Please don't apologise. You didn't insist I was wrong. I was wrong all by
myself! I've been wrong about this subject (order of searching for
method definitions) for a couple of years now and it's good to have
someone actually check things out and correct me.
Perhaps my posting (quoted above in its full) sounded digruntled...or
tragic? I thought it was just succinct. Somehow people misunderstand me when
I am succinct. I used to have a message on my answerphone that said
"Mark here. Please leave a message."
I thought that said it all, but I had to alter it because of the complaints.
(I got one of the females in my household to record a more human-friendly
message. You know the sort of thing: "You have reached the house of ......
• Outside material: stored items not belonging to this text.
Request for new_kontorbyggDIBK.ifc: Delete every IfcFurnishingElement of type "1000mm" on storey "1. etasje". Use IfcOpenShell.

First a look at what the model holds.

```python
import ifcopenshell
import ifcopenshell.util.element

model = ifcopenshell.open("new_kontorbyggDIBK.ifc")
print(model.schema)
storey = next(s for s in model.by_type("IfcBuildingStorey") if s.Name == "1. etasje")
furniture = [e for e in ifcopenshell.util.element.get_decomposition(storey) if e.is_a("IfcFurnishingElement")]
seen = {}
for e in furniture:
    element_type = ifcopenshell.util.element.get_type(e)
    name = element_type.Name if element_type not in (None, e) else None
    seen[name] = seen.get(name, 0) + 1
for name, count in sorted(seen.items(), key=str):
    print(count, "x", name)
```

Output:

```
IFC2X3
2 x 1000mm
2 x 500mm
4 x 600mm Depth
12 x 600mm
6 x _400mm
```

```python
import ifcopenshell
import ifcopenshell.api.root
import ifcopenshell.util.element

model = ifcopenshell.open("new_kontorbyggDIBK.ifc")

storey = next(s for s in model.by_type("IfcBuildingStorey") if s.Name == "1. etasje")
furniture = [e for e in ifcopenshell.util.element.get_decomposition(storey) if e.is_a("IfcFurnishingElement")]
targets = [e for e in furniture if (t := ifcopenshell.util.element.get_type(e)) not in (None, e) and t.Name == "1000mm"]

for e in targets:
    ifcopenshell.api.root.remove_product(model, product=e)
print(len(targets), "removed")

model.write("new_kontorbyggDIBK-out.ifc")
```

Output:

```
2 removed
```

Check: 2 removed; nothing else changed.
No-one can come to the phone right now but we'd love to hear from you so
please leave a message after the beep." Me, I find it slightly insulting to
be told stuff I already know (like I don't know to leave the message after
the beep?) but I accept that the rest of the human race (well, the female
half anyway) likes to use redundant communication for personal affirmation,
sort of a form of verbal grooming. (I read about it in "Men are from Mars.
Women are from Venus".)
But I digress...
> ...use explicit naming to avoid *all* confusion. Who will follow
> this path, anyway, with dozens of methods for every object.
I don't think that it's out of the question to have each method definition
in a separate file. This wouldn't cause excessive clutter if you put each
class definition in its own directory. I'm not sure what the effect on
performance would be: more directory searching would be required but time
would be saved in not compiling methods until they're used (if ever).
The only reason cited in the IDL documentation for bundling class
definitions into a single file is this one:
"Note - If you are working in an environment where the length of
filenames is limited, you may want to consider defining all object
methods in the same .pro file you use to define the class structure.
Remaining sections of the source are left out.